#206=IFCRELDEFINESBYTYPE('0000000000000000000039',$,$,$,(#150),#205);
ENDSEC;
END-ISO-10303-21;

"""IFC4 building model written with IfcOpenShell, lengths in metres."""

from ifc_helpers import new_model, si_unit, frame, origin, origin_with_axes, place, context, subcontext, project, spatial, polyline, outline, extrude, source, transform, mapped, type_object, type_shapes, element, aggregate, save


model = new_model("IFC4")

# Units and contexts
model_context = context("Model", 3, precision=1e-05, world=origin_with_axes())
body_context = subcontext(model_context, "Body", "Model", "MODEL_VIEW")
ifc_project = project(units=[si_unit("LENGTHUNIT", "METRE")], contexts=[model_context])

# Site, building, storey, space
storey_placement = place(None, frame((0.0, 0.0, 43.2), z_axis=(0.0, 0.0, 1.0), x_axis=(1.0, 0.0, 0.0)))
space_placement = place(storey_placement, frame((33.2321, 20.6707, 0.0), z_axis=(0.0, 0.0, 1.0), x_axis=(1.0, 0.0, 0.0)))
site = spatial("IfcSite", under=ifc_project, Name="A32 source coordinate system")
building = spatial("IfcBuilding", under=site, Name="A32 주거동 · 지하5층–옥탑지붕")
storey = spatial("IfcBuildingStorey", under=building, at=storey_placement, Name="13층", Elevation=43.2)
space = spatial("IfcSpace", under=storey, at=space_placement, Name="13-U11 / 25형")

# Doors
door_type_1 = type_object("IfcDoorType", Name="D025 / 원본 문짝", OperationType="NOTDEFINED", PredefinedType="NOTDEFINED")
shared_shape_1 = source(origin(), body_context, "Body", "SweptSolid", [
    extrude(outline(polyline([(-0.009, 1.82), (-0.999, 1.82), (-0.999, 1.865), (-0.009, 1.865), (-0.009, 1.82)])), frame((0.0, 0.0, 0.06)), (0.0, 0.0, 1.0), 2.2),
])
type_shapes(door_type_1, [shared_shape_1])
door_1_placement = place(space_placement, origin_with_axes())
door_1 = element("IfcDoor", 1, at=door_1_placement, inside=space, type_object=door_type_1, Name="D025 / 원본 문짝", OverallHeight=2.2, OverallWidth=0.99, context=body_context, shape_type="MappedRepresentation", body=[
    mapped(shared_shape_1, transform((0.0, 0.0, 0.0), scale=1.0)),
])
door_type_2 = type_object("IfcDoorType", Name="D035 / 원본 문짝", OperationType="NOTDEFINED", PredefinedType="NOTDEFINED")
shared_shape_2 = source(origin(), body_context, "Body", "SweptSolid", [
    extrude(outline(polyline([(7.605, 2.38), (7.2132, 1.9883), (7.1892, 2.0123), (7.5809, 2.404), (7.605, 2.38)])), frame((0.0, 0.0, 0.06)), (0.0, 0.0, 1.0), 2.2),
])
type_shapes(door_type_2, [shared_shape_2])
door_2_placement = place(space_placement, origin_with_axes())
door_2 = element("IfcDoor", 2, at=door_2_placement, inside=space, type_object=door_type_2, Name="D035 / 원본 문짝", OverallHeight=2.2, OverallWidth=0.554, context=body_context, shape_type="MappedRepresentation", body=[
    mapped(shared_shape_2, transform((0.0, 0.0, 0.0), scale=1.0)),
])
+---+
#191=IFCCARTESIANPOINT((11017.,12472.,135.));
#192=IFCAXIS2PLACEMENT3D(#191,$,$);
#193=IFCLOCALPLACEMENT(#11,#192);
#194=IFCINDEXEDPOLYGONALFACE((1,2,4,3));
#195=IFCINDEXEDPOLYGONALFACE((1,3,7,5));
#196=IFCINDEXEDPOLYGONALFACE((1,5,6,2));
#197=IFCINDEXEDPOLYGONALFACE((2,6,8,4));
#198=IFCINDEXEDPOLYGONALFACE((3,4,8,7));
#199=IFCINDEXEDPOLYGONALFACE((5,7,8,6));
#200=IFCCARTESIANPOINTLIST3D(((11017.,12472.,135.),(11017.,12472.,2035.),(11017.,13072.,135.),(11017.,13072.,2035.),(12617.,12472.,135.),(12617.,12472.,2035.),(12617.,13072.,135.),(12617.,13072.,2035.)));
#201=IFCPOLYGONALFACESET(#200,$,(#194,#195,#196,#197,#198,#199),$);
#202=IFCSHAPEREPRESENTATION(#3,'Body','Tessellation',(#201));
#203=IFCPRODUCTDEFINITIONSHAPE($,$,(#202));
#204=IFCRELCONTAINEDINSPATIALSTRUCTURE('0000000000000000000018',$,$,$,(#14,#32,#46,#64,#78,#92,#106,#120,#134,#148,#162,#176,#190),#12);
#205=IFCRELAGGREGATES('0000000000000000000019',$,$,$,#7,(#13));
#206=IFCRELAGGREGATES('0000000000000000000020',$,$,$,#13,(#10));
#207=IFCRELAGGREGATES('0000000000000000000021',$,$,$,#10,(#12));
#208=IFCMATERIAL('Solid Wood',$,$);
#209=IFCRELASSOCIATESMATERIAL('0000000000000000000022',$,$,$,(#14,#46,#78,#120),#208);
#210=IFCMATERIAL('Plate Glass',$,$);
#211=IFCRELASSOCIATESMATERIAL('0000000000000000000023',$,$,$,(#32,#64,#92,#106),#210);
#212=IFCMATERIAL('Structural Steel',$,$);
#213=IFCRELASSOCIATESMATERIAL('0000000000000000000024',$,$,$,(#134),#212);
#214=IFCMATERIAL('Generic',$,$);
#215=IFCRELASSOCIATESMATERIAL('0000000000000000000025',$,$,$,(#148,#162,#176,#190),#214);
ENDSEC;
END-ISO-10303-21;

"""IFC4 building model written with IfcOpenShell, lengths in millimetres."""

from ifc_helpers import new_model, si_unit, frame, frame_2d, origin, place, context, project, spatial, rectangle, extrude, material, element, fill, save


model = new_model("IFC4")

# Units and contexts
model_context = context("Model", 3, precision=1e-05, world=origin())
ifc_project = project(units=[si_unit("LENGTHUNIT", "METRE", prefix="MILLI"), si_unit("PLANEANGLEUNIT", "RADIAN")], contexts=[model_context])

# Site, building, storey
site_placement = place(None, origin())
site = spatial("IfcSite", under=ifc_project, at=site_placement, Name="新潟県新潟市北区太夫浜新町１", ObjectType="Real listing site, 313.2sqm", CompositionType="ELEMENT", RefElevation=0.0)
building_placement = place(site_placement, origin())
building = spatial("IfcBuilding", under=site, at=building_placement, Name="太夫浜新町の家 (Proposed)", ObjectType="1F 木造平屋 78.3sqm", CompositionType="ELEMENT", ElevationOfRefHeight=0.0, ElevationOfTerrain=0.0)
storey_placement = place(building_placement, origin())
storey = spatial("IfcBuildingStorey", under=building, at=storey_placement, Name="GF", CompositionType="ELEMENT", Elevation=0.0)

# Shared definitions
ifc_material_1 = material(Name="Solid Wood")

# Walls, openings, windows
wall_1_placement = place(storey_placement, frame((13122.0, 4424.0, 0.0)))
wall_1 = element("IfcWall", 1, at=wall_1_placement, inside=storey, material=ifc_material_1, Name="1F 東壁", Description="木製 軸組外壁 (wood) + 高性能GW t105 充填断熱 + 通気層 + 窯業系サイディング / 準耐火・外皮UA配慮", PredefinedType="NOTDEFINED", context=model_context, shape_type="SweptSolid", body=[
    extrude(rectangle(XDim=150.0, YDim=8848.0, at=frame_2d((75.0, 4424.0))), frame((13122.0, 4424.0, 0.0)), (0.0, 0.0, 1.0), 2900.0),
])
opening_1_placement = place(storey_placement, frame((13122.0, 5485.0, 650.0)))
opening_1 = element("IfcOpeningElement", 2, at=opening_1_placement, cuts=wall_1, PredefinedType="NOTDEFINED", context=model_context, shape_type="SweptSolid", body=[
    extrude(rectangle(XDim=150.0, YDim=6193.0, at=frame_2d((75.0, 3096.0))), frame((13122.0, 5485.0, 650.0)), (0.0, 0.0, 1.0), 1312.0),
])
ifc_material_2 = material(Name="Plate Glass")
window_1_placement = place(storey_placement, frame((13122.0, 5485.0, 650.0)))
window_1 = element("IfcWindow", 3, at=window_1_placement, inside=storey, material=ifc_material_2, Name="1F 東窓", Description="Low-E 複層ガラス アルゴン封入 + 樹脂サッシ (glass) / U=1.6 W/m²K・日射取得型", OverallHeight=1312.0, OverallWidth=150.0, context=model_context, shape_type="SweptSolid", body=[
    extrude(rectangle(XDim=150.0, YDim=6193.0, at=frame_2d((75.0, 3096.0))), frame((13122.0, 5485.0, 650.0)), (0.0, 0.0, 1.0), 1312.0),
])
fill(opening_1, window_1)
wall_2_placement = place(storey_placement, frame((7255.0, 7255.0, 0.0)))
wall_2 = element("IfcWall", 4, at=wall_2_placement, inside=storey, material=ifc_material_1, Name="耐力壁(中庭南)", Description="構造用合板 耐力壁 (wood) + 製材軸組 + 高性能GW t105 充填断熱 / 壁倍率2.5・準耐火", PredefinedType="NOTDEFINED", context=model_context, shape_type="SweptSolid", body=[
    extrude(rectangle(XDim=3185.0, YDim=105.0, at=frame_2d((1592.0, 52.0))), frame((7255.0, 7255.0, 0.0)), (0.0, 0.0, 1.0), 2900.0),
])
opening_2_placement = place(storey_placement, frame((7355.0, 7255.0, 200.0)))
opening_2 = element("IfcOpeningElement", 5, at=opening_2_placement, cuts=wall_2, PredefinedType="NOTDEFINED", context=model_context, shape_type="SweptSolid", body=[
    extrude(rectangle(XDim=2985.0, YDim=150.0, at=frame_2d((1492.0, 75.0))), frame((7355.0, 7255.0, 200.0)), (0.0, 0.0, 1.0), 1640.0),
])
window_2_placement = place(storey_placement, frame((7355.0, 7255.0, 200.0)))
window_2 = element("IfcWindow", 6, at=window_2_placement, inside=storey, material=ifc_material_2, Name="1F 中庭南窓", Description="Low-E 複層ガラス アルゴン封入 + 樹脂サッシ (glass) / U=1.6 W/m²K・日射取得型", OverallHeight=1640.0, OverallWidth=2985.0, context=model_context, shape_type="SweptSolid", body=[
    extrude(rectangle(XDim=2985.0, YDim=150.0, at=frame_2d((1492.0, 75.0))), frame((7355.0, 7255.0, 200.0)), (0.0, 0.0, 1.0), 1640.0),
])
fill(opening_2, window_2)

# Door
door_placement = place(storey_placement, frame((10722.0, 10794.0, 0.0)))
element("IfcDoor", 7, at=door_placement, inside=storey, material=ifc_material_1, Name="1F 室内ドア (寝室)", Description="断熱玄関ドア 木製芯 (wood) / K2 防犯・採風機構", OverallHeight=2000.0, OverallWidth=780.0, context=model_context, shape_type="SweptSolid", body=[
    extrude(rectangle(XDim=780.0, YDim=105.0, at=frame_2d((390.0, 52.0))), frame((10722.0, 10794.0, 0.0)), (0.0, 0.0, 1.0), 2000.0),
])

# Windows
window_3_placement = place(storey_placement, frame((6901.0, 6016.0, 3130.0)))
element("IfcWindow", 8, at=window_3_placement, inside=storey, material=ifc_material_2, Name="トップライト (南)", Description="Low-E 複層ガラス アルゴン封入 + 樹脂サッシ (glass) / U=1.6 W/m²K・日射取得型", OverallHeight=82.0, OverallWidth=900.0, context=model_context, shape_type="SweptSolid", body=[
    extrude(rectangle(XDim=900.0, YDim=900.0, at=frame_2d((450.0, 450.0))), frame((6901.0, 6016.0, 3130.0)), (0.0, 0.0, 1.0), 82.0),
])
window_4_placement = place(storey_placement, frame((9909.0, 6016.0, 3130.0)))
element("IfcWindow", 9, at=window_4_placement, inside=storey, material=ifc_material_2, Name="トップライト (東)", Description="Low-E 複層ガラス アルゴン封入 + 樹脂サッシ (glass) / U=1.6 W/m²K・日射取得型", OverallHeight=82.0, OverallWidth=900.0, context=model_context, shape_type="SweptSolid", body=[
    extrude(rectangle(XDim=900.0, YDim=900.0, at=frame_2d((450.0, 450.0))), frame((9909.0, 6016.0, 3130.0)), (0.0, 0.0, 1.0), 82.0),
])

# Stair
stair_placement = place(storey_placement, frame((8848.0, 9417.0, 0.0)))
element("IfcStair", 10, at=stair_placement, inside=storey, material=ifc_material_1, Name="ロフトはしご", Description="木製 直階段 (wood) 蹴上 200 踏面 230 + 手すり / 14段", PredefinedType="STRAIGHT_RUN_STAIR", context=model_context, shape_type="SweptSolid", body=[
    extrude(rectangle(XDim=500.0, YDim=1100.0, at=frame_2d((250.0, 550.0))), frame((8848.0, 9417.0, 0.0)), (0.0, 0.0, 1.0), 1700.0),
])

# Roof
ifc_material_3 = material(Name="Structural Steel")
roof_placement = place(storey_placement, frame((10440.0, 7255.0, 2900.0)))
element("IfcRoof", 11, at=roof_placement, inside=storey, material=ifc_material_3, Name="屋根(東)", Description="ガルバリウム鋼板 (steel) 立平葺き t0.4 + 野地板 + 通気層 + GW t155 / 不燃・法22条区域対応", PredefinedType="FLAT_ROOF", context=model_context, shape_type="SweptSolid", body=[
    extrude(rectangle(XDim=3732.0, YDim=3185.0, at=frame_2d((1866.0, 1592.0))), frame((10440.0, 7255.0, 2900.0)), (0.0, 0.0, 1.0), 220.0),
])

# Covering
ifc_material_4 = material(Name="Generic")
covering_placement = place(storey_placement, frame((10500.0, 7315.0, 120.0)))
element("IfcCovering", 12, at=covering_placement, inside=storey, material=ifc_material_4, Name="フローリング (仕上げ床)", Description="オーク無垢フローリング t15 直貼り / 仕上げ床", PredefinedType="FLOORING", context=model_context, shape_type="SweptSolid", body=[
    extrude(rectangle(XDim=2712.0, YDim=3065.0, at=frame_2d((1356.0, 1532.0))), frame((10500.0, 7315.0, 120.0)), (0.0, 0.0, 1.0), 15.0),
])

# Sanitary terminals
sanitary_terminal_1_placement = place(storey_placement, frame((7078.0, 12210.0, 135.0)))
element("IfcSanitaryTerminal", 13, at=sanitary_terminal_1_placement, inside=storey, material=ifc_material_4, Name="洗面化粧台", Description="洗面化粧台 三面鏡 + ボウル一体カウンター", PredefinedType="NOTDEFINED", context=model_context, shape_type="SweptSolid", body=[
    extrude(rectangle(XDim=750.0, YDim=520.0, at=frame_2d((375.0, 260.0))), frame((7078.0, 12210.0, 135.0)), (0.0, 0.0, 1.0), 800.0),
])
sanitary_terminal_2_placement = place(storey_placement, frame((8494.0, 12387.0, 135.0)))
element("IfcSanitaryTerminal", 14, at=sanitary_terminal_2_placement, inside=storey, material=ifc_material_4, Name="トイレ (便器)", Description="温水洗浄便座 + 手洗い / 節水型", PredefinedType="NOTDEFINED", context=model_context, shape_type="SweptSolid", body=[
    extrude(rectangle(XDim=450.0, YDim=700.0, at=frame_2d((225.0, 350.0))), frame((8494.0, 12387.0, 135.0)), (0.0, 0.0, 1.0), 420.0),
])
+---+
Your goal — Take every line from the data that contains the word "IFCRELASSOCIATESMATERIAL".

Answer —
#209=IFCRELASSOCIATESMATERIAL('0000000000000000000022',$,$,$,(#14,#46,#78,#120),#208);
#211=IFCRELASSOCIATESMATERIAL('0000000000000000000023',$,$,$,(#32,#64,#92,#106),#210);
#213=IFCRELASSOCIATESMATERIAL('0000000000000000000024',$,$,$,(#134),#212);
#215=IFCRELASSOCIATESMATERIAL('0000000000000000000025',$,$,$,(#148,#162,#176,#190),#214);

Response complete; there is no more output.